A couple of weeks ago I got a mailer about “Crazy Clint Curtis,” and what a nutjob he was. I assumed it was from some fringe group, or at worst some overzealous subset of the local Republican party.

Last week I got another one, this one proclaiming that no less a degenerate than Larry Flint was a supporter of “Crazy Clint Curtis,” and wouldn’t it be awful if this man were elected to Congress. It offered a few quotes from a Hustler article about Curtis, and invited the reader to the website www.crazyclintcurtis.com for more information.

For some reason, this time I looked closer at the mailer, and saw, “Paid for by Tom Feeney” at the top.
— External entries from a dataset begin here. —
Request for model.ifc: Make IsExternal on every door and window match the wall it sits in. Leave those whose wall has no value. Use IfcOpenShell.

First a look at what the model holds.

```python
import ifcopenshell
import ifcopenshell.util.element

model = ifcopenshell.open("model.ifc")
print(model.schema)
seen = {}
for e in model.by_type("IfcDoor") + model.by_type("IfcWindow"):
    if not e.FillsVoids:
        continue
    host = e.FillsVoids[0].RelatingOpeningElement.VoidsElements[0].RelatingBuildingElement
    own = ifcopenshell.util.element.get_pset(e, f"Pset_{e.is_a()[3:].removesuffix('StandardCase')}Common", "IsExternal")
    wall = ifcopenshell.util.element.get_pset(host, "Pset_WallCommon", "IsExternal")
    seen[e.is_a(), own, wall] = seen.get((e.is_a(), own, wall), 0) + 1
for (cls, own, wall), count in sorted(seen.items(), key=str):
    print(count, cls, "IsExternal:", own, "| host wall:", wall)
```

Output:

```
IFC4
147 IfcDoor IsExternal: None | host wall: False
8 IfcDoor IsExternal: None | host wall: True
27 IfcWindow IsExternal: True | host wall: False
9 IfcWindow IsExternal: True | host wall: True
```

```python
import ifcopenshell
import ifcopenshell.api.pset
import ifcopenshell.util.element

model = ifcopenshell.open("model.ifc")

count = 0
for ifc_class, pset_name in (("IfcDoor", "Pset_DoorCommon"), ("IfcWindow", "Pset_WindowCommon")):
    for e in model.by_type(ifc_class):
        if not e.FillsVoids:
            continue
        host = e.FillsVoids[0].RelatingOpeningElement.VoidsElements[0].RelatingBuildingElement
        external = ifcopenshell.util.element.get_pset(host, "Pset_WallCommon", "IsExternal")
        if external is None or ifcopenshell.util.element.get_pset(e, pset_name, "IsExternal") == external:
            continue
        pset = ifcopenshell.api.pset.add_pset(model, product=e, name=pset_name)
        ifcopenshell.api.pset.edit_pset(model, pset=pset, properties={"IsExternal": external})
        count += 1

print(count, "updated")

model.write("model_rev.ifc")
```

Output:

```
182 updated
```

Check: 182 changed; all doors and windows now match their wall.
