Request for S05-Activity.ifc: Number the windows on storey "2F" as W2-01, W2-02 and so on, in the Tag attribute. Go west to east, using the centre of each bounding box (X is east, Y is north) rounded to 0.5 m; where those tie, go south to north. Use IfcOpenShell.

First a look at what the model holds.

```python
import ifcopenshell
import ifcopenshell.util.element
import ifcopenshell.util.placement

model = ifcopenshell.open("S05-Activity.ifc")
print(model.schema)
storey = next(s for s in model.by_type("IfcBuildingStorey") if s.Name == "2F")
windows = [e for e in ifcopenshell.util.element.get_decomposition(storey) if e.is_a("IfcWindow")]
for e in sorted(windows, key=lambda e: e.id()):
    origin = ifcopenshell.util.placement.get_local_placement(e.ObjectPlacement)[:3, 3]
    print(e.id(), e.Tag, e.Name, origin.round(2) + 0.0, sep=" | ")
```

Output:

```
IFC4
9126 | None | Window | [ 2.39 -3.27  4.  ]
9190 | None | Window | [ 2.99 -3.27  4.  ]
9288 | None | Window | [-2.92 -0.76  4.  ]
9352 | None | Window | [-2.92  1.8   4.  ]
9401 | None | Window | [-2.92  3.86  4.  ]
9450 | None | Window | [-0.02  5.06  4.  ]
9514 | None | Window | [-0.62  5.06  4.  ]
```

```python
import ifcopenshell
import ifcopenshell.geom
import ifcopenshell.util.element
import ifcopenshell.util.shape

model = ifcopenshell.open("S05-Activity.ifc")
settings = ifcopenshell.geom.settings()
settings.set("use-world-coords", True)


def centre(element):
    shape = ifcopenshell.geom.create_shape(settings, element)
    return ifcopenshell.util.shape.get_bbox_centroid(shape.geometry)


storey = next(s for s in model.by_type("IfcBuildingStorey") if s.Name == "2F")
windows = [e for e in ifcopenshell.util.element.get_decomposition(storey) if e.is_a("IfcWindow")]

# Insertion points can sit at a corner or the storey origin, so sort by the geometry (in metres).
centres = {e: centre(e) for e in windows}
windows.sort(key=lambda e: (round(centres[e][0] / 0.5), centres[e][1]))

for i, e in enumerate(windows, start=1):
    number = f"W2-{i:02d}"
    e.Tag = number
    print(e.id(), number)

model.write("S05-Activity_updated.ifc")
```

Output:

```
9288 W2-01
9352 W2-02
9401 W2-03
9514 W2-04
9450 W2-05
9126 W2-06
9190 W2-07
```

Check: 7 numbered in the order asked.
I (like a fool) visited the website, but never made it past the front page. It did, however, make me get off my duff and start looking into the challenger.

Now it appears that Mr. Curtis may, in fact, be nuttier than a fruitcake. But this ad campaign is just very, very distasteful to me. Feeney will win the election, probably against anyone the local Democrats could throw at him, so there’s no need to stoop to this level. Curtis seems to be running a one-note campaign; Tom Feeney tried to rig the 2004 election, and he’s an evil man. It would be very easy in Feeney’s position to simply say that Curtis is wrong, and grossly unqualified to be a Representative and that would be that. I just think this is very low.

I was planning on voting against Feeney. This just solidified my resolve. On the other hand, I don’t think I can bring myself to vote for Curtis, there are no other candidates on the ballot, and there’s no blank for a write-in. So I’m not sure what I’m going to do, but I certainly will not be voting for Feeney.